Goal of the exercise:
Go through the following data and transcribe exactly the stretch of lines from the one holding "#77=IFCSHAPEREPRESENTATION(#28,'Body','Tessellation',(#76));" to the one holding "#82=IFCINDEXEDPOLYGONALFACE((1,3,7,5));", both included.

Listed records:
▬▬▬▬▬▬

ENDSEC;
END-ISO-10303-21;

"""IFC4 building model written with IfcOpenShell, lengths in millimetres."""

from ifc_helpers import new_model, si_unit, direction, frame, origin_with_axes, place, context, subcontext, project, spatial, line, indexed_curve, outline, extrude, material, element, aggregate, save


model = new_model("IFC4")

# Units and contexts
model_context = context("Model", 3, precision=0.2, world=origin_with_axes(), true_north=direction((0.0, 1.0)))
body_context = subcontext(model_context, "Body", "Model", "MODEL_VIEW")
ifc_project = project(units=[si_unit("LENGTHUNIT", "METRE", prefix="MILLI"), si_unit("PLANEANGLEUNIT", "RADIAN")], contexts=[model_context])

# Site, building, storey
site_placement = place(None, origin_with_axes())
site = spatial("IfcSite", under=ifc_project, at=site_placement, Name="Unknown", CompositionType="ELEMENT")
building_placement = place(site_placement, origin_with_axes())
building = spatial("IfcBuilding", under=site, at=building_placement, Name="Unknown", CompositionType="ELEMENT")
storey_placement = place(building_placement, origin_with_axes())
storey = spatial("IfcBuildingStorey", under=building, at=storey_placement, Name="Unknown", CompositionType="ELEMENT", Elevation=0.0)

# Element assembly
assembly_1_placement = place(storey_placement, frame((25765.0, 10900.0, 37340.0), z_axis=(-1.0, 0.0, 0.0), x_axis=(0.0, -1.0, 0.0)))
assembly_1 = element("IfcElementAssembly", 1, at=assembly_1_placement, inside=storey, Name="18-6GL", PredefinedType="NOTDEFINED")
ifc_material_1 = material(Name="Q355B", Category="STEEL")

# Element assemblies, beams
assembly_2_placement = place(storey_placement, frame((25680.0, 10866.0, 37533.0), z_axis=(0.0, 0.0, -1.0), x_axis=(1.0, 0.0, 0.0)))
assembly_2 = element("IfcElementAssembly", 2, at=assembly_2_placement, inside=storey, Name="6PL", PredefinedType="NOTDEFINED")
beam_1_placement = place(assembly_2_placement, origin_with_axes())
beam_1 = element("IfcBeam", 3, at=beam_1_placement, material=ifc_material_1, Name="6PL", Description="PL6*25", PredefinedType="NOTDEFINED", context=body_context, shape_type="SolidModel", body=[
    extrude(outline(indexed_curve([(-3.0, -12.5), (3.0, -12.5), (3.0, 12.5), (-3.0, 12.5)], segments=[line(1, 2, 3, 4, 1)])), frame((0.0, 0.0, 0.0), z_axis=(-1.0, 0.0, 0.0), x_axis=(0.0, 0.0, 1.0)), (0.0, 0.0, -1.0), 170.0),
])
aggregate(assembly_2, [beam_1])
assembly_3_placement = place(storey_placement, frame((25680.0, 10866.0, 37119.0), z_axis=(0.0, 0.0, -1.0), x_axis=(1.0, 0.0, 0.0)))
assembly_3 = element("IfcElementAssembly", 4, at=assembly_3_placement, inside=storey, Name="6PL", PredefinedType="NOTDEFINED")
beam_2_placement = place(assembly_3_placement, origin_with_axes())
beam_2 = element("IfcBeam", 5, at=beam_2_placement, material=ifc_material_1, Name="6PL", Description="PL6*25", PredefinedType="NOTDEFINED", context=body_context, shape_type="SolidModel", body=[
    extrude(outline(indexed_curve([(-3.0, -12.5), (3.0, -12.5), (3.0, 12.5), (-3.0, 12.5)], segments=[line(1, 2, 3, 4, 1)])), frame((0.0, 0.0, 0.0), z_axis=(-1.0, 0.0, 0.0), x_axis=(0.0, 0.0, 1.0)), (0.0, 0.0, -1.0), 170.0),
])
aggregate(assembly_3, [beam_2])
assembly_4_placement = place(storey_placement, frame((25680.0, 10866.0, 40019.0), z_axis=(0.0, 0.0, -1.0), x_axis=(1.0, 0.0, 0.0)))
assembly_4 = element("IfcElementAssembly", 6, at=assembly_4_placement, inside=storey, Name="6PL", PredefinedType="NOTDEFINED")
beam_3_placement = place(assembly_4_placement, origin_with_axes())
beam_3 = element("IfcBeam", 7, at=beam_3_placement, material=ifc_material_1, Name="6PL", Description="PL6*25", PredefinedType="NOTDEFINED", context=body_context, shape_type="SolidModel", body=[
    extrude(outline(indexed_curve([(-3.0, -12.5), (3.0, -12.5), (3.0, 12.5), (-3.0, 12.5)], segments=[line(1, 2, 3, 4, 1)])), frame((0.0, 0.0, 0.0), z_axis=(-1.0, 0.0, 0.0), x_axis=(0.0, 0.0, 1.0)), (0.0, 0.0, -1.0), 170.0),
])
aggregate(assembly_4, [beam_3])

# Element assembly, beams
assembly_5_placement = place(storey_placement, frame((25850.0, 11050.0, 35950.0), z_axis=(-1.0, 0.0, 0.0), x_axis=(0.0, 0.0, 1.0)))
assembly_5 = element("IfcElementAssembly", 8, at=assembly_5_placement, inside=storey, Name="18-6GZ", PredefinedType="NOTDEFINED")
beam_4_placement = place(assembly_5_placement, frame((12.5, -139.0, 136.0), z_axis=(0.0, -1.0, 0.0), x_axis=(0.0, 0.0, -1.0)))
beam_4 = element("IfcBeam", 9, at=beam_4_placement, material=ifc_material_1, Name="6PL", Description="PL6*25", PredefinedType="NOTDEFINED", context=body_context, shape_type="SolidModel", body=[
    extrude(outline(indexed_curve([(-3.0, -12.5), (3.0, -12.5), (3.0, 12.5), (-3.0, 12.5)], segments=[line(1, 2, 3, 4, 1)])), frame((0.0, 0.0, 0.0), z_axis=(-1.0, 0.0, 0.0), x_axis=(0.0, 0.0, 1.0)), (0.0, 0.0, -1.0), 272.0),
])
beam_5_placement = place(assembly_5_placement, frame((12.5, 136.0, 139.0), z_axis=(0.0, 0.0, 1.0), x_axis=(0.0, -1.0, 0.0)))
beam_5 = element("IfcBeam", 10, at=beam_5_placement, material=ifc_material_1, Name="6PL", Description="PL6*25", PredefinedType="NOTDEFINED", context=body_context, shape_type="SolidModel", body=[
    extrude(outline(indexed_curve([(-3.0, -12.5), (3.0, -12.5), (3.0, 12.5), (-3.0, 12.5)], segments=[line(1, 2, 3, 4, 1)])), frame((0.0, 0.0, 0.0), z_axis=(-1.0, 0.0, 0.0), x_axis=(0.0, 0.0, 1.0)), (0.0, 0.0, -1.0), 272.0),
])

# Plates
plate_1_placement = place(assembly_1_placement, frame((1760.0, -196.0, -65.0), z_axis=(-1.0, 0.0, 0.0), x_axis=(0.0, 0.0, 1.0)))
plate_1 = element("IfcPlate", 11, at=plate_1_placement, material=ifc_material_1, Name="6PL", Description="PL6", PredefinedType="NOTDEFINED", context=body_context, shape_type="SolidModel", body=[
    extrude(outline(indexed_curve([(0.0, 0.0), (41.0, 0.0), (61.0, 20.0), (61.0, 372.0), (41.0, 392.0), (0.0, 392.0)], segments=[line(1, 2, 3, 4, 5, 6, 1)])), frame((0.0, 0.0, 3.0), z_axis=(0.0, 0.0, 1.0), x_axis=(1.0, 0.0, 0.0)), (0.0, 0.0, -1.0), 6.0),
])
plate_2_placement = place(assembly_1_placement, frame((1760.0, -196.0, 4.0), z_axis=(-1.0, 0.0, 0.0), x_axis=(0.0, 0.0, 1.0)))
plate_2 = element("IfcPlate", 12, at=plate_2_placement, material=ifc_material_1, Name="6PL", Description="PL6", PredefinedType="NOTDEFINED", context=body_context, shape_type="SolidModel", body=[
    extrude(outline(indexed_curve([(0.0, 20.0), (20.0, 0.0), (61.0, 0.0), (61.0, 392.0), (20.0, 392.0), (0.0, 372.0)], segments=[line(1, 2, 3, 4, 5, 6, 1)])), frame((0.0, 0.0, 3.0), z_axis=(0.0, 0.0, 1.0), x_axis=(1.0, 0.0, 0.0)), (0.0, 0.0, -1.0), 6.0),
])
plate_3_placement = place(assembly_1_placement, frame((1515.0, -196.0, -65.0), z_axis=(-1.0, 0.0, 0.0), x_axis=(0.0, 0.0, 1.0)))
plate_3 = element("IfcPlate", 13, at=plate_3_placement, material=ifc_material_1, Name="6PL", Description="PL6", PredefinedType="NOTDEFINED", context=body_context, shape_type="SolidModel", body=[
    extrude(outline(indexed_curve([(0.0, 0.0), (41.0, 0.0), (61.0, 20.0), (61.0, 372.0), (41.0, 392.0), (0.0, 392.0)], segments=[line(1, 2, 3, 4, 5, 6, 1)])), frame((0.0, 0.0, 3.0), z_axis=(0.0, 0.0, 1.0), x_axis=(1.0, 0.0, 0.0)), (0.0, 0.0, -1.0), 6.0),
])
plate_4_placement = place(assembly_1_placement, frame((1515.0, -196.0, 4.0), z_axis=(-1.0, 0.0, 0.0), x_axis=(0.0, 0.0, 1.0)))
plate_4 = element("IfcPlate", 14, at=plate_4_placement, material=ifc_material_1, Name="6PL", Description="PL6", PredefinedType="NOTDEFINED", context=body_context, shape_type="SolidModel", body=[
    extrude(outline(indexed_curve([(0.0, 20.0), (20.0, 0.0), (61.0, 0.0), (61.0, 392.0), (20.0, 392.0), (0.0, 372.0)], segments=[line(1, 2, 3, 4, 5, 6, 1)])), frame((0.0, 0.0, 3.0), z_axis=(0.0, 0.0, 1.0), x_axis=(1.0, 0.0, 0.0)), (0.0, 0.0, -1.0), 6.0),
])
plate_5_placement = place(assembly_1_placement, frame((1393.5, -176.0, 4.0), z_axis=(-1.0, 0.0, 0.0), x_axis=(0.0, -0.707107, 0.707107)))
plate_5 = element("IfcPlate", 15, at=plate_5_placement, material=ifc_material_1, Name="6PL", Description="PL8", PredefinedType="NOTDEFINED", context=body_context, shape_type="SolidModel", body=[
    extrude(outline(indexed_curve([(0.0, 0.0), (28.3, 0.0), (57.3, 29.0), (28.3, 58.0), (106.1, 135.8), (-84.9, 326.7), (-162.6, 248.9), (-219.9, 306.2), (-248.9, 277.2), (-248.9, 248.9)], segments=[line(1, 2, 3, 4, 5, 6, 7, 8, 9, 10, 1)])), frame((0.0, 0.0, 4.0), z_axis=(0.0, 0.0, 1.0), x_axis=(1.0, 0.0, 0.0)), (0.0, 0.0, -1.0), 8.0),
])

▬▬▬▬▬▬

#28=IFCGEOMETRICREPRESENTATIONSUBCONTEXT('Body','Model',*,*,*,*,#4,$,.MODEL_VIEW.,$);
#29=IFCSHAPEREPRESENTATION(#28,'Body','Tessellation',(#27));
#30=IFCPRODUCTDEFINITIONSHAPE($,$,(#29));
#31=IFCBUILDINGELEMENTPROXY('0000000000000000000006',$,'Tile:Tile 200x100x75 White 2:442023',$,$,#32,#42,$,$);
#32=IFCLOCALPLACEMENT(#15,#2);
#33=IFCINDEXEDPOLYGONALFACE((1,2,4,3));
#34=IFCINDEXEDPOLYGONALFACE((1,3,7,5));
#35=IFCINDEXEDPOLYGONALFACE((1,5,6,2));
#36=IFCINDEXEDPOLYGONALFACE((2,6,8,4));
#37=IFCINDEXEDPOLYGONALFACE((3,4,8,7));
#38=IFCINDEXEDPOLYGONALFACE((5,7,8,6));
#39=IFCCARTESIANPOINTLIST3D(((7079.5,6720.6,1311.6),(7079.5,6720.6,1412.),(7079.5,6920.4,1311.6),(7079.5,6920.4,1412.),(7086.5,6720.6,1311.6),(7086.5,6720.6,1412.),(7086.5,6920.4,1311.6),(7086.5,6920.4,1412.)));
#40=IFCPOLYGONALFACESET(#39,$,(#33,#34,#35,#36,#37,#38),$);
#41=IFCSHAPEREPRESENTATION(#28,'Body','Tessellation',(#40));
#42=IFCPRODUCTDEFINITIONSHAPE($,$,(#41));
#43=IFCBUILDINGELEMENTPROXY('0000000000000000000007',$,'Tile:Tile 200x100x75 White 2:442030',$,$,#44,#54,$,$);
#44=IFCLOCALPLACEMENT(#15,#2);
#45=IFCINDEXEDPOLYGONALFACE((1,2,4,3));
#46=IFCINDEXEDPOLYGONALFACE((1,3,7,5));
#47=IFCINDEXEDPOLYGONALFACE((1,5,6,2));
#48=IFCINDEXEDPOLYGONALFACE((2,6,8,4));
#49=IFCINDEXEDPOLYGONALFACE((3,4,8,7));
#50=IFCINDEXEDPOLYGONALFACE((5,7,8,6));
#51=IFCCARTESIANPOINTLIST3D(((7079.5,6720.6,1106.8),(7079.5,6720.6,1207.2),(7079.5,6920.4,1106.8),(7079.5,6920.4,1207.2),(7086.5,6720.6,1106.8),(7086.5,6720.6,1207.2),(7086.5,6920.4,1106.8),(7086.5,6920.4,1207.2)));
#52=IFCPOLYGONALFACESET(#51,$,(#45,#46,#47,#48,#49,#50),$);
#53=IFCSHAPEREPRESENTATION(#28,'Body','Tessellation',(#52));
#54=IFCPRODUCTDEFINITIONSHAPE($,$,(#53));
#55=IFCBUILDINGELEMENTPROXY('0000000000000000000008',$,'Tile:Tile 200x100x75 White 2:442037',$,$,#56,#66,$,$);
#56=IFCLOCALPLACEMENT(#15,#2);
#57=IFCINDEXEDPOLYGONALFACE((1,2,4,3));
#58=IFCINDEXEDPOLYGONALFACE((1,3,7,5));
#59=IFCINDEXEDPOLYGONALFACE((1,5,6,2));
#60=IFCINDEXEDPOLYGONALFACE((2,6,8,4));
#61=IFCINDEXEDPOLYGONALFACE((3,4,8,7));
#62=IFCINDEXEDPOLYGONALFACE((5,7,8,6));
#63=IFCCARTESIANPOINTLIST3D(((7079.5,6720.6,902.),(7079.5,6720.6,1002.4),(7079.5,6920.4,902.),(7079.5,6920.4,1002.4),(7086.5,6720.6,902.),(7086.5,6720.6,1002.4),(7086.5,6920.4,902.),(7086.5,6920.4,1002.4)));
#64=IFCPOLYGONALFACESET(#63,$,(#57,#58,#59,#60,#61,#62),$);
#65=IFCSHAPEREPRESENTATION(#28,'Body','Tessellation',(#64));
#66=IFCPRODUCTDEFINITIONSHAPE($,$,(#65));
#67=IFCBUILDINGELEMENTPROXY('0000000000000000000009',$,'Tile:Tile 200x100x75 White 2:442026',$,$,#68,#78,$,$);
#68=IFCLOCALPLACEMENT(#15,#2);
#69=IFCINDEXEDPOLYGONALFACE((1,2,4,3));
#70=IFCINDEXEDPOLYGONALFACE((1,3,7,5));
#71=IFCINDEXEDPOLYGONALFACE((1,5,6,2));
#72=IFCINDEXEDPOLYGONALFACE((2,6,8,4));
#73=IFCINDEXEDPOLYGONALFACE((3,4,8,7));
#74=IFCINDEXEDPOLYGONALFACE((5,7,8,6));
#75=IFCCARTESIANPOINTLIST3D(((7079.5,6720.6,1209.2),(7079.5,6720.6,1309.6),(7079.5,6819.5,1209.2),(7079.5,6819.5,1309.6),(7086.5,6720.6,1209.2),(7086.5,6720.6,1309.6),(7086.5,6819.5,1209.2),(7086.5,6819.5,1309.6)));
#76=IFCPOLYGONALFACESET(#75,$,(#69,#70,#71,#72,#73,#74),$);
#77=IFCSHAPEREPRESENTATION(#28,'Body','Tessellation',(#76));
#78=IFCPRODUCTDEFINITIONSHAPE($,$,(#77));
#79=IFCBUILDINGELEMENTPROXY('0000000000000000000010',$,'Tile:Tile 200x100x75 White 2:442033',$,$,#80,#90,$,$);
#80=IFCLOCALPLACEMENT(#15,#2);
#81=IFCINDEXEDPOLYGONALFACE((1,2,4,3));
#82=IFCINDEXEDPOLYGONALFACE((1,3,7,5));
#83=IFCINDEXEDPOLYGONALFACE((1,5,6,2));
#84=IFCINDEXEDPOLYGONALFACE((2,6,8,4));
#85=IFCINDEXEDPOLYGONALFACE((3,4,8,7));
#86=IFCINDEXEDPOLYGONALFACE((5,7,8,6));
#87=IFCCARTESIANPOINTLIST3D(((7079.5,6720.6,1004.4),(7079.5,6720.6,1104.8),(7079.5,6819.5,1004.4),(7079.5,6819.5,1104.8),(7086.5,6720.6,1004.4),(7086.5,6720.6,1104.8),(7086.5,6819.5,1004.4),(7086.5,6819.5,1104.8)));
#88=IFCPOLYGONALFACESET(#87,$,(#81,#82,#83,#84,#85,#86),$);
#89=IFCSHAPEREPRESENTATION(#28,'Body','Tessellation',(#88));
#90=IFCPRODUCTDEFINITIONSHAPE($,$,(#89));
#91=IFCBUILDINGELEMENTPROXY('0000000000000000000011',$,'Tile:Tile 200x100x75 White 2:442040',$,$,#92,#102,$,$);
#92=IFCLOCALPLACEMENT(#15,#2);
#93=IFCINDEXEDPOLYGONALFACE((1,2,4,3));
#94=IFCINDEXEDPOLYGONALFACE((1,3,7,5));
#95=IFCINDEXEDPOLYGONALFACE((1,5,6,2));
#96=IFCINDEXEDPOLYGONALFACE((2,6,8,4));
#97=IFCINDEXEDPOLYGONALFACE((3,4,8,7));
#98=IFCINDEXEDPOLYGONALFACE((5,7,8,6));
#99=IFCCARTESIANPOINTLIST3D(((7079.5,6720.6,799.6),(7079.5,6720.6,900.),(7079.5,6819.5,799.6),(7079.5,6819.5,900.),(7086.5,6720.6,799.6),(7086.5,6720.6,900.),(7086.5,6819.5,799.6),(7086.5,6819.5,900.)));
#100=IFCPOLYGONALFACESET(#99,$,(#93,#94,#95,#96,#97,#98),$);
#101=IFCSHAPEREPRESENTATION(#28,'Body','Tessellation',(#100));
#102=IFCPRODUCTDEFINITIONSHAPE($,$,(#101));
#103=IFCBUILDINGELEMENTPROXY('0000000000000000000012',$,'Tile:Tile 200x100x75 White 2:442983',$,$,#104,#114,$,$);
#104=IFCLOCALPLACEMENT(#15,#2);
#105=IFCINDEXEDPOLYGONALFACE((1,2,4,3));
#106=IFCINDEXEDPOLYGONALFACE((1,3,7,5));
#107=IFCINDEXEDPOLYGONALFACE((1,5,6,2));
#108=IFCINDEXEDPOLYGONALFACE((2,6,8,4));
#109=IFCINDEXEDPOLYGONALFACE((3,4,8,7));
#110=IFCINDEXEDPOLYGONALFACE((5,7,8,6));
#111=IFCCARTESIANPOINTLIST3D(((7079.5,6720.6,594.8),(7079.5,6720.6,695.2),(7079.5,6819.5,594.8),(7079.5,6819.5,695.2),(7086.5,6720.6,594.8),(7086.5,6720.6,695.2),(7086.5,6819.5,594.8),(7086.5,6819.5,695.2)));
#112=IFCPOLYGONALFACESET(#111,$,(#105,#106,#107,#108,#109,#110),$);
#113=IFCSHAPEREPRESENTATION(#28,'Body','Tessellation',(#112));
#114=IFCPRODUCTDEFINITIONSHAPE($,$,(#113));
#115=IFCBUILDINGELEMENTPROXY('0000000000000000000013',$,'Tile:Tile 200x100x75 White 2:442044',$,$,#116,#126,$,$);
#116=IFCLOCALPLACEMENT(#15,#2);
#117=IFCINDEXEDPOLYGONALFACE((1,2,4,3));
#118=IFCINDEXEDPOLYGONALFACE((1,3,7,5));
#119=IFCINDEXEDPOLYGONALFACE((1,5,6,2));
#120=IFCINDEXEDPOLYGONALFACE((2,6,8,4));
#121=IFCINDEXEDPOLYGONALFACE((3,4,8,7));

▬▬▬▬▬▬

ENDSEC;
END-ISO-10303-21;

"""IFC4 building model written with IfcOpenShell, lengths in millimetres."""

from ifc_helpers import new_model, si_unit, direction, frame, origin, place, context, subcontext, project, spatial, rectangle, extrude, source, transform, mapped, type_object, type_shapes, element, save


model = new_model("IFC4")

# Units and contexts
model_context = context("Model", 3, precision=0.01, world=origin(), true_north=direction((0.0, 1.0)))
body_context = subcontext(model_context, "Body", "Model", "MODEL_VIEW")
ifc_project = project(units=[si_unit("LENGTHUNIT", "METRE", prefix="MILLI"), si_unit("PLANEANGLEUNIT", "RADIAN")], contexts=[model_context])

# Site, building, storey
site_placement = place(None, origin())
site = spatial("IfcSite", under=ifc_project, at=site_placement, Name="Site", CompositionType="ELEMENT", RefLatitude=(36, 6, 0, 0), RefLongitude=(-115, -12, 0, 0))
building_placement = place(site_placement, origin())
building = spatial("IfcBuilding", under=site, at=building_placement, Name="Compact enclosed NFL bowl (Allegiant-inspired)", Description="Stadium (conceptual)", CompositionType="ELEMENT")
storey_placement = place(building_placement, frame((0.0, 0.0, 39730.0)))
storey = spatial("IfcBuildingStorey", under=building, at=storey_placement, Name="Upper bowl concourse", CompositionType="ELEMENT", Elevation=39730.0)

▬▬▬▬▬▬

Exercise response:
#77=IFCSHAPEREPRESENTATION(#28,'Body','Tessellation',(#76));
#78=IFCPRODUCTDEFINITIONSHAPE($,$,(#77));
#79=IFCBUILDINGELEMENTPROXY('0000000000000000000010',$,'Tile:Tile 200x100x75 White 2:442033',$,$,#80,#90,$,$);
#80=IFCLOCALPLACEMENT(#15,#2);
#81=IFCINDEXEDPOLYGONALFACE((1,2,4,3));
#82=IFCINDEXEDPOLYGONALFACE((1,3,7,5));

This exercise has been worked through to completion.